Dean, I have looked at your vise and at the plans on your website and thought about building one. I have a little 1" toolmakers vise that uses the same design. Its great for holding the tiny stuff but it drives me crazy when I have to adjust it. The barrel shaped nut inside drops out of the side slots and gets cocked before I can get it into another slot. I have to unmount the vise, turn it over and reposition the barrel. I hold the little vise in my milling vise so it easy enough to do but I lose my position.  

I see commercial vises like this and have wondered if the all have this problem or have you found a way to avoid this? I'd go nuts if I had to reindicate the vise every time I used it.

Jerry


----------



## Deanofid (Aug 25, 2010)

> The barrel shaped nut inside drops out of the side slots and gets cocked before I can get it into another slot
> I see commercial vises like this and have wondered if the all have this problem or have you found a way to avoid this?

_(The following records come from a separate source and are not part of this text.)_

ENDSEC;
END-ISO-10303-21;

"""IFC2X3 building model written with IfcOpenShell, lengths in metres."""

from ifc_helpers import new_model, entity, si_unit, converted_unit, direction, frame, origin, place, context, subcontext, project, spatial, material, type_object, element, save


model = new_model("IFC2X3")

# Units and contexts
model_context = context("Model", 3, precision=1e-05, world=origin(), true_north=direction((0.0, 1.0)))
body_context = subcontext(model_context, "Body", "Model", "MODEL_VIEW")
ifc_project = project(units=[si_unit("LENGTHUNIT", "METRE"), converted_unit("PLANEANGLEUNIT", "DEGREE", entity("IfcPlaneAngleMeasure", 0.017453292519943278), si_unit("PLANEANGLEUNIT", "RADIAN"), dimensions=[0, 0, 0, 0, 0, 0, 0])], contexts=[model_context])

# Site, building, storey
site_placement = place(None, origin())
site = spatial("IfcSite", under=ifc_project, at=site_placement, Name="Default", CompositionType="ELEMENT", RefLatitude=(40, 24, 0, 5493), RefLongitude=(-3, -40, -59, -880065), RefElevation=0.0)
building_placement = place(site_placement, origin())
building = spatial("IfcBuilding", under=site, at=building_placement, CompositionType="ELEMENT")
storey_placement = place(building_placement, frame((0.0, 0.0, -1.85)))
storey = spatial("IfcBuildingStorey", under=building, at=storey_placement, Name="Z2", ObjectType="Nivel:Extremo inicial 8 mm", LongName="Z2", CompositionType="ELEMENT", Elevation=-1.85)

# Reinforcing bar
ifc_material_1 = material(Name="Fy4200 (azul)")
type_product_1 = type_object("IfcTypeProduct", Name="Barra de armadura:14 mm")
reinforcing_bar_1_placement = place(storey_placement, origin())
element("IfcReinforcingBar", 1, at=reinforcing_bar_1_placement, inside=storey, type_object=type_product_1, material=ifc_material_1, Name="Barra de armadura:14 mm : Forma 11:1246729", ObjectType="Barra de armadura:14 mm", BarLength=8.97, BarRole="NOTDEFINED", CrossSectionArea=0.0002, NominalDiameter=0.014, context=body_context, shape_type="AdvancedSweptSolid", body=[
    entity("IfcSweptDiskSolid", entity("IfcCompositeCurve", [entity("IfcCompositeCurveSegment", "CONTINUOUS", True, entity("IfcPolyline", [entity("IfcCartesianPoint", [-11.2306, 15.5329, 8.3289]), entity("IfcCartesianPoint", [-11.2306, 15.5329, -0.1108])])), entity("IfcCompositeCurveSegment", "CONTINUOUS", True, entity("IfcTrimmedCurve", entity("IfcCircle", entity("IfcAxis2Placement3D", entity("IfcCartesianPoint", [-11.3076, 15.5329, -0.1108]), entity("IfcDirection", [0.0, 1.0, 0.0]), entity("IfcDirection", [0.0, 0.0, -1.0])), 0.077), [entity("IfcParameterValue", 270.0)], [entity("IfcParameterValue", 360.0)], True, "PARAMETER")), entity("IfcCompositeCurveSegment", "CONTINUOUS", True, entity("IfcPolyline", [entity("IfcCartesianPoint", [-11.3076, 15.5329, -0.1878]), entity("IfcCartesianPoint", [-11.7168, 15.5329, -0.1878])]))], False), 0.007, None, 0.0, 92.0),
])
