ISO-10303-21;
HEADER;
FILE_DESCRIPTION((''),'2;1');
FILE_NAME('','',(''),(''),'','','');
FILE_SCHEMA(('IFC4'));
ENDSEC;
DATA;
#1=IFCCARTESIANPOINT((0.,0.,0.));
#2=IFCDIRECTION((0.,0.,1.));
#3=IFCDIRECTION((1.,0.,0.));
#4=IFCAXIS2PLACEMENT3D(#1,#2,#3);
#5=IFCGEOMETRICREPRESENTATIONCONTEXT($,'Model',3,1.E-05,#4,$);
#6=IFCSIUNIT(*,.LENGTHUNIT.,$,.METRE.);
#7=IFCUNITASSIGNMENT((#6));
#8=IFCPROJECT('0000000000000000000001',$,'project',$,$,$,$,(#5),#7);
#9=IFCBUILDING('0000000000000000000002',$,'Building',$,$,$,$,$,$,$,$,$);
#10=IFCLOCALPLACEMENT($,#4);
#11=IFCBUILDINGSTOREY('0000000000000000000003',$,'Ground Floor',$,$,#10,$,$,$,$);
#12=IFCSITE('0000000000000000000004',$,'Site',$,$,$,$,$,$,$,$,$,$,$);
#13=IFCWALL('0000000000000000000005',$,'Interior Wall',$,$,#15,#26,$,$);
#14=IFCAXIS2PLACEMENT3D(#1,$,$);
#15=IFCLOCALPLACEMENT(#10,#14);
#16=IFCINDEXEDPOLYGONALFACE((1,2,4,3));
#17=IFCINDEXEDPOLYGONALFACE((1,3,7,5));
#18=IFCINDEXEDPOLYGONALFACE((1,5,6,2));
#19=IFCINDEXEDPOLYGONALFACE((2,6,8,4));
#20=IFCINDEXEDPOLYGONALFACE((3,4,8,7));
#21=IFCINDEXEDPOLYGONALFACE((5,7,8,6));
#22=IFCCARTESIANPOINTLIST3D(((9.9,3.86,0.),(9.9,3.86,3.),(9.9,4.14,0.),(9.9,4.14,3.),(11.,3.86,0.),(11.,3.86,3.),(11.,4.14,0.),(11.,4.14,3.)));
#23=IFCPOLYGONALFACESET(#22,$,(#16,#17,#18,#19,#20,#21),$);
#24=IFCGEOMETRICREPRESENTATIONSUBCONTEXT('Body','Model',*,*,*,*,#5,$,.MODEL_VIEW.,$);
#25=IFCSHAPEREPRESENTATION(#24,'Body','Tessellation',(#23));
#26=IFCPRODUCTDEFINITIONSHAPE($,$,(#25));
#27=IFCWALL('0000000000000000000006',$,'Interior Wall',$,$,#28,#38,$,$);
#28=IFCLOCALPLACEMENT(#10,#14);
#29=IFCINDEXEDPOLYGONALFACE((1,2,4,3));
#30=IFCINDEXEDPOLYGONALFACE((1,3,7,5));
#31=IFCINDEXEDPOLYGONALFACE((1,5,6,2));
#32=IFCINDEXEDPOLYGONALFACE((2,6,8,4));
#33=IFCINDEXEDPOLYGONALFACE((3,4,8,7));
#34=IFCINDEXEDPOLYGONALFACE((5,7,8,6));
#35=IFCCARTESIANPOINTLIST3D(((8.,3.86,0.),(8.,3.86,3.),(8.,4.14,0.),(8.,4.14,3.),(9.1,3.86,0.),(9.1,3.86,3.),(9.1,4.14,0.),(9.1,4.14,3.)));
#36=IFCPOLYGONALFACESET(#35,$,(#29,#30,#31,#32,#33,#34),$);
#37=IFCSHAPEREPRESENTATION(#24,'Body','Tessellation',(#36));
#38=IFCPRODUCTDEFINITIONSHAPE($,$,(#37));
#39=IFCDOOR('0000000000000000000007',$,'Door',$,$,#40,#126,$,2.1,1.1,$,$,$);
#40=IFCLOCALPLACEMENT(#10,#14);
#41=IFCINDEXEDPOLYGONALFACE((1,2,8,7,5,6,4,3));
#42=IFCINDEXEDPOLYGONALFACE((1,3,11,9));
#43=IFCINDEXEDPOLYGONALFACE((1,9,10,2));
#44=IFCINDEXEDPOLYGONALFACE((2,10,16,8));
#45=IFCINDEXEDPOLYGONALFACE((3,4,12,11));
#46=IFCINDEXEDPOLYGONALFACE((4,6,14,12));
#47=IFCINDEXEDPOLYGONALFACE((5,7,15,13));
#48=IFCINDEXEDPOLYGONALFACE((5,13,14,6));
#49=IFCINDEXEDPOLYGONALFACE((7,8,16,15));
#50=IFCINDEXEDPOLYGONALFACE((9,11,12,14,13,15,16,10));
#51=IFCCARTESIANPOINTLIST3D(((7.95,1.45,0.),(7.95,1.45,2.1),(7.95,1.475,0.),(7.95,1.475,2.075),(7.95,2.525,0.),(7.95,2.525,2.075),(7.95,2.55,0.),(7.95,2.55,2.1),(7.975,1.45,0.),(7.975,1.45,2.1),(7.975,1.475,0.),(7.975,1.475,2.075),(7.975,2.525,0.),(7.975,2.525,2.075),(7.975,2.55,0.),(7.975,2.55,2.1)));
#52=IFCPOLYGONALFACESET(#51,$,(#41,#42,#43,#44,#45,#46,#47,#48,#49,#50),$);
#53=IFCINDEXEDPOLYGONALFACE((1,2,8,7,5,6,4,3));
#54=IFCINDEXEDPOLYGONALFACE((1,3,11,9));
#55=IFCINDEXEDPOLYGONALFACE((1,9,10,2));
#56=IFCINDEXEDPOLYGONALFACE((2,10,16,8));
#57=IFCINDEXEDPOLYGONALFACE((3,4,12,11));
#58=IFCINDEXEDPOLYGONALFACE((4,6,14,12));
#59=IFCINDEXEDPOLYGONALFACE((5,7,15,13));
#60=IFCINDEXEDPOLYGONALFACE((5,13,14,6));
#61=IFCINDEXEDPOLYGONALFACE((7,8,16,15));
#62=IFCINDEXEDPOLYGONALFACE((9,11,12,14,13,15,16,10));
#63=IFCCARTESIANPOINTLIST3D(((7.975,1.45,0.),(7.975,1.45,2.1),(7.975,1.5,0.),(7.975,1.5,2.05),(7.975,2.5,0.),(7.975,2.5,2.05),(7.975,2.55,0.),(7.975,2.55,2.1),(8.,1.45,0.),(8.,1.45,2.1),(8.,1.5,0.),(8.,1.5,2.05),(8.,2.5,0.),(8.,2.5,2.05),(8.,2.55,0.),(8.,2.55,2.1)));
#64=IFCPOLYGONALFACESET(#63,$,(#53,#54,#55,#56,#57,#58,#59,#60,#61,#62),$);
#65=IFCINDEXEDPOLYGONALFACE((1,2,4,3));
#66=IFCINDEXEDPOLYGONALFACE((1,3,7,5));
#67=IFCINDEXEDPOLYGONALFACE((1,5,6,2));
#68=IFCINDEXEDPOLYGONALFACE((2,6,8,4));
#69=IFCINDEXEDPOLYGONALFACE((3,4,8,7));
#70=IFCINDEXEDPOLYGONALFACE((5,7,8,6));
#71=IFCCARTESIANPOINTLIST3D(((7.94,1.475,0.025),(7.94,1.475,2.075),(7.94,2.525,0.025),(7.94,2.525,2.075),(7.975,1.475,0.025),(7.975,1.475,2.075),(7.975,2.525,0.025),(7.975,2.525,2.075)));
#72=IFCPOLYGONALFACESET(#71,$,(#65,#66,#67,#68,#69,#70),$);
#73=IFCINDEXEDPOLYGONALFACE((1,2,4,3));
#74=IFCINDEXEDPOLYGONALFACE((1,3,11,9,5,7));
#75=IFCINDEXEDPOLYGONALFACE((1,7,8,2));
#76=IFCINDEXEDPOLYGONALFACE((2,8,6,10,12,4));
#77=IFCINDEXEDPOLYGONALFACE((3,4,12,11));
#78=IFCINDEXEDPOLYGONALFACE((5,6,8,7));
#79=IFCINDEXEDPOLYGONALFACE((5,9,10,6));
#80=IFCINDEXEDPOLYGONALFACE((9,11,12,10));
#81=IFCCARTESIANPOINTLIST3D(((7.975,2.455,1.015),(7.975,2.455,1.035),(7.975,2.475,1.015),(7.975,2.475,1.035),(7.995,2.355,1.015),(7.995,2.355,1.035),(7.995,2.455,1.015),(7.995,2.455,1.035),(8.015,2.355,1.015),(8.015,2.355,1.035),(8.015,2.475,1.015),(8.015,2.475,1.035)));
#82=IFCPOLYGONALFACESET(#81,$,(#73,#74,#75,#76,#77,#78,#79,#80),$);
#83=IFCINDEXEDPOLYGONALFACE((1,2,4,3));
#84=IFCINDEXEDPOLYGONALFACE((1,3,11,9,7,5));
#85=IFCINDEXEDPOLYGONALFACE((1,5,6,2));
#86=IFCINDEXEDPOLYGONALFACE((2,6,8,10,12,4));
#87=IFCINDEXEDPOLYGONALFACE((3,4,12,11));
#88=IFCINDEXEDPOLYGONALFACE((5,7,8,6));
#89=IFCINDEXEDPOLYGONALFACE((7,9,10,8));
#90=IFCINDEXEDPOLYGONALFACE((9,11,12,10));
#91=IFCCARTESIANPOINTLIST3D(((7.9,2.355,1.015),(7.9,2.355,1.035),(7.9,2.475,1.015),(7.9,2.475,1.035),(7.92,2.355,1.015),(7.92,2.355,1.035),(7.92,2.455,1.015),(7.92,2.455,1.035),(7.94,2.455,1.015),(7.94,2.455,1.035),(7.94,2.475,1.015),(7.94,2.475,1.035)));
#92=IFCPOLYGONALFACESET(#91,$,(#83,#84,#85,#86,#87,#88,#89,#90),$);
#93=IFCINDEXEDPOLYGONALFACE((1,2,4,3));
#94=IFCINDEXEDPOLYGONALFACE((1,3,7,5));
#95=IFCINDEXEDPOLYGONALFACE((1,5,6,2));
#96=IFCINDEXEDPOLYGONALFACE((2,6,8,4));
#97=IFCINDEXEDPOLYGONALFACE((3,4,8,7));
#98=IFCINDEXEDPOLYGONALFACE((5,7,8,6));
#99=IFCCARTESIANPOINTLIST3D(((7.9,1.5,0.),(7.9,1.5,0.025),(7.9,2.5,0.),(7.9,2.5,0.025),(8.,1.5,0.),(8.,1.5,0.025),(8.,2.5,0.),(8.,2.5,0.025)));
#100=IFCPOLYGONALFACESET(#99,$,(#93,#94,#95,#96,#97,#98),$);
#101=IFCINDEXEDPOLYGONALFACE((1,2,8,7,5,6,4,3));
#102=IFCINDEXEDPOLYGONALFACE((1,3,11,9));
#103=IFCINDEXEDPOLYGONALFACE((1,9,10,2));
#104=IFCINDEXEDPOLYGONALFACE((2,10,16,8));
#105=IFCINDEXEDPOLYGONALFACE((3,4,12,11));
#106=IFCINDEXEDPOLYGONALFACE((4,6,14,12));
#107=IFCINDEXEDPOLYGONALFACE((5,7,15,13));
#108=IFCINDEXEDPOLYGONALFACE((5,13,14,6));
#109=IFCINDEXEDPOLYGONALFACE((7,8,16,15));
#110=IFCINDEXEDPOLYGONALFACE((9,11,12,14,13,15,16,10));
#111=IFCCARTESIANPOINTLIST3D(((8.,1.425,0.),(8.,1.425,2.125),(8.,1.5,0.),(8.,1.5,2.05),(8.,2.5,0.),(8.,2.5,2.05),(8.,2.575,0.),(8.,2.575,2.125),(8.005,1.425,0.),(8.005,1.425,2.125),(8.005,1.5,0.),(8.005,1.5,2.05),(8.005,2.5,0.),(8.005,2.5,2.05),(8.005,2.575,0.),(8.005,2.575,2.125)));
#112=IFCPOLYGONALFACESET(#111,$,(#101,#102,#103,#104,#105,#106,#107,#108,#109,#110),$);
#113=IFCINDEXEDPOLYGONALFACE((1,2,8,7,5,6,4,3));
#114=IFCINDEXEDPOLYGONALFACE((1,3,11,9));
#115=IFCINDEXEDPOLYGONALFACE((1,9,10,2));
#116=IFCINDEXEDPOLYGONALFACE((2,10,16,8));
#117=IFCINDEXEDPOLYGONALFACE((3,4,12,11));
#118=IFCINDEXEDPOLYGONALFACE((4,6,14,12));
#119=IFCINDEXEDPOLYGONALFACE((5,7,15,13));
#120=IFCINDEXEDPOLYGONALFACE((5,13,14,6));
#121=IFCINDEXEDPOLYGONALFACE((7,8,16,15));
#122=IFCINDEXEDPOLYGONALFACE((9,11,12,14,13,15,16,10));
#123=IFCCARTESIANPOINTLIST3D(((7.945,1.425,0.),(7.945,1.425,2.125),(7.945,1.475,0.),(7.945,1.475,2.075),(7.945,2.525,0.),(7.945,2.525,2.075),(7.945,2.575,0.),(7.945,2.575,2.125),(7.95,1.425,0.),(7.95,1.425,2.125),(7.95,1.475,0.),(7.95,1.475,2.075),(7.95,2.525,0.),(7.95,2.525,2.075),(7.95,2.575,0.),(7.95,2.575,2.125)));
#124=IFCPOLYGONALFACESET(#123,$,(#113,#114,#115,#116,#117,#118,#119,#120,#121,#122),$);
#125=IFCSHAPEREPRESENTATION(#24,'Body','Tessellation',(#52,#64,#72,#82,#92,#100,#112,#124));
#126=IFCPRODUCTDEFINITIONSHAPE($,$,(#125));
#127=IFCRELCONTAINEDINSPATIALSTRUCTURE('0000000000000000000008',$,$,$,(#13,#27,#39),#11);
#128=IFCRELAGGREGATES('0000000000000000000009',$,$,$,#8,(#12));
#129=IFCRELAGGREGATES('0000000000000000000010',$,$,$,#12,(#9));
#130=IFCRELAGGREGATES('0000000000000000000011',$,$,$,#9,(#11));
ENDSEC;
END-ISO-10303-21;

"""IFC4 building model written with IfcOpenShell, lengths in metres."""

from ifc_helpers import new_model, si_unit, frame, origin_with_axes, place, context, subcontext, project, spatial, line, indexed_curve, outline, extrude, element, save


model = new_model("IFC4")

# Units and contexts
model_context = context("Model", 3, precision=1e-05, world=origin_with_axes())
body_context = subcontext(model_context, "Body", "Model", "MODEL_VIEW")
ifc_project = project(units=[si_unit("LENGTHUNIT", "METRE")], contexts=[model_context])

# Site, building, storey
site = spatial("IfcSite", under=ifc_project, Name="Site")
building = spatial("IfcBuilding", under=site, Name="Building")
storey_placement = place(None, origin_with_axes())
storey = spatial("IfcBuildingStorey", under=building, at=storey_placement, Name="Ground Floor")

# Walls
for number, where, z_axis, x_axis, name in (
    (1, (11.0, 4.0, 0.0), (0.0, 0.0, 1.0), (-1.0, 0.0, 0.0), "Interior Wall"),
    (2, (9.1, 4.0, 0.0), (0.0, 0.0, 1.0), (-1.0, 0.0, 0.0), "Interior Wall"),
):
    element("IfcWall", number, at=place(storey_placement, frame(where, z_axis=z_axis, x_axis=x_axis)), inside=storey, Name=name, context=body_context, shape_type="SweptSolid", body=[
        extrude(outline(indexed_curve([(0.0, 0.0), (0.0, 0.28), (1.1, 0.28), (1.1, 0.0), (0.0, 0.0)], self_intersect=False)), frame((0.0, -0.14, 0.0), z_axis=(0.0, 0.0, 1.0), x_axis=(1.0, 0.0, 0.0)), (0.0, 0.0, 1.0), 3.0),
    ])

# Door
door_1_placement = place(storey_placement, frame((8.0, 1.45, 0.0), z_axis=(0.0, 0.0, 1.0), x_axis=(0.0, 1.0, 0.0)))
element("IfcDoor", 3, at=door_1_placement, inside=storey, Name="Door", OverallHeight=2.1, OverallWidth=1.1, context=body_context, shape_type="SweptSolid", body=[
    extrude(outline(indexed_curve([(0.0, 0.0), (0.0, 2.1), (1.1, 2.1), (1.1, 0.0), (1.075, 0.0), (1.075, 2.075), (0.025, 2.075), (0.025, 0.0)], segments=[line(1, 2, 3, 4, 5, 6, 7, 8, 1)])), frame((0.0, 0.025, 0.0), z_axis=(0.0, -1.0, 0.0), x_axis=(1.0, 0.0, 0.0)), (0.0, 0.0, -1.0), 0.025),
    extrude(outline(indexed_curve([(0.0, 0.0), (0.0, 2.1), (1.1, 2.1), (1.1, 0.0), (1.05, 0.0), (1.05, 2.05), (0.05, 2.05), (0.05, 0.0)], segments=[line(1, 2, 3, 4, 5, 6, 7, 8, 1)])), frame((0.0, 0.0, 0.0), z_axis=(0.0, -1.0, 0.0), x_axis=(1.0, 0.0, 0.0)), (0.0, 0.0, -1.0), 0.025),
    extrude(outline(indexed_curve([(0.0, 0.0), (1.05, 0.0), (1.05, 0.035), (0.0, 0.035)], segments=[line(1, 2, 3, 4, 1)])), frame((0.025, 0.025, 0.025), z_axis=(0.0, 0.0, 1.0), x_axis=(1.0, 0.0, 0.0)), (0.0, 0.0, 1.0), 2.05),
    extrude(outline(indexed_curve([(0.0, 0.0), (0.0, -0.04), (-0.12, -0.04), (-0.12, -0.02), (-0.02, -0.02), (-0.02, 0.0)], segments=[line(1, 2, 3, 4, 5, 6, 1)])), frame((1.025, 0.025, 1.015), z_axis=(0.0, 0.0, 1.0), x_axis=(1.0, 0.0, 0.0)), (0.0, 0.0, 1.0), 0.02),
    extrude(outline(indexed_curve([(0.0, 0.0), (0.0, 0.04), (-0.12, 0.04), (-0.12, 0.02), (-0.02, 0.02), (-0.02, 0.0)], segments=[line(1, 2, 3, 4, 5, 6, 1)])), frame((1.025, 0.06, 1.015), z_axis=(0.0, 0.0, 1.0), x_axis=(1.0, 0.0, 0.0)), (0.0, 0.0, 1.0), 0.02),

Hi Jerry; I've worked with quite a few different screwless vises over the years. A few of my own, and 
a number of them at places I've worked. Usually, the barrel nut thing inside will just slip out of it's 
channel when you loosen the screw, and you only let it drop enough to be able to move the jaw. Then keep a little pressure on the allen wrench so it slips back up into the next channel.
The one I made works like that, too, and I've not had to actually take the vise off the mill to change
setting for it.

I do have one screwless vise that has 'the problem'. I didn't make it. Some Chinese fellers did. 
(Credit where credit's due) it's finished very nice on the outside, and the jaws are good. It has the 
'barrel thing' problem you describe. The reason is, the inside channel and the barrel nut thing are so
unbelievably poorly finished that the surfaces that rub together when changing the vise jaws hang up
on each other. (Again, credit where credit's due) it looks like a drunken man with a chisel got in there
and hacked out the place where the barrel thing goes. It's bad, and a source of frustration, because 
the rest of the thing is good. It's the only one I've used that does that. 

Dean


----------



## krv3000 (Aug 25, 2010)

brill vice just wood love a mill to mack one :-\


----------



## Captain Jerry (Aug 25, 2010)

Thanks for the answer, Dean.  My little vise is all stainless steel and all nicely finished inside and out. I think the problem is clearances. If the barrel were a little larger in Dia. (on mine) and fit the slot a little closer, it probably wouldn't get cocked. If I do get around to making one, I'll pay close attention to this part of the fit.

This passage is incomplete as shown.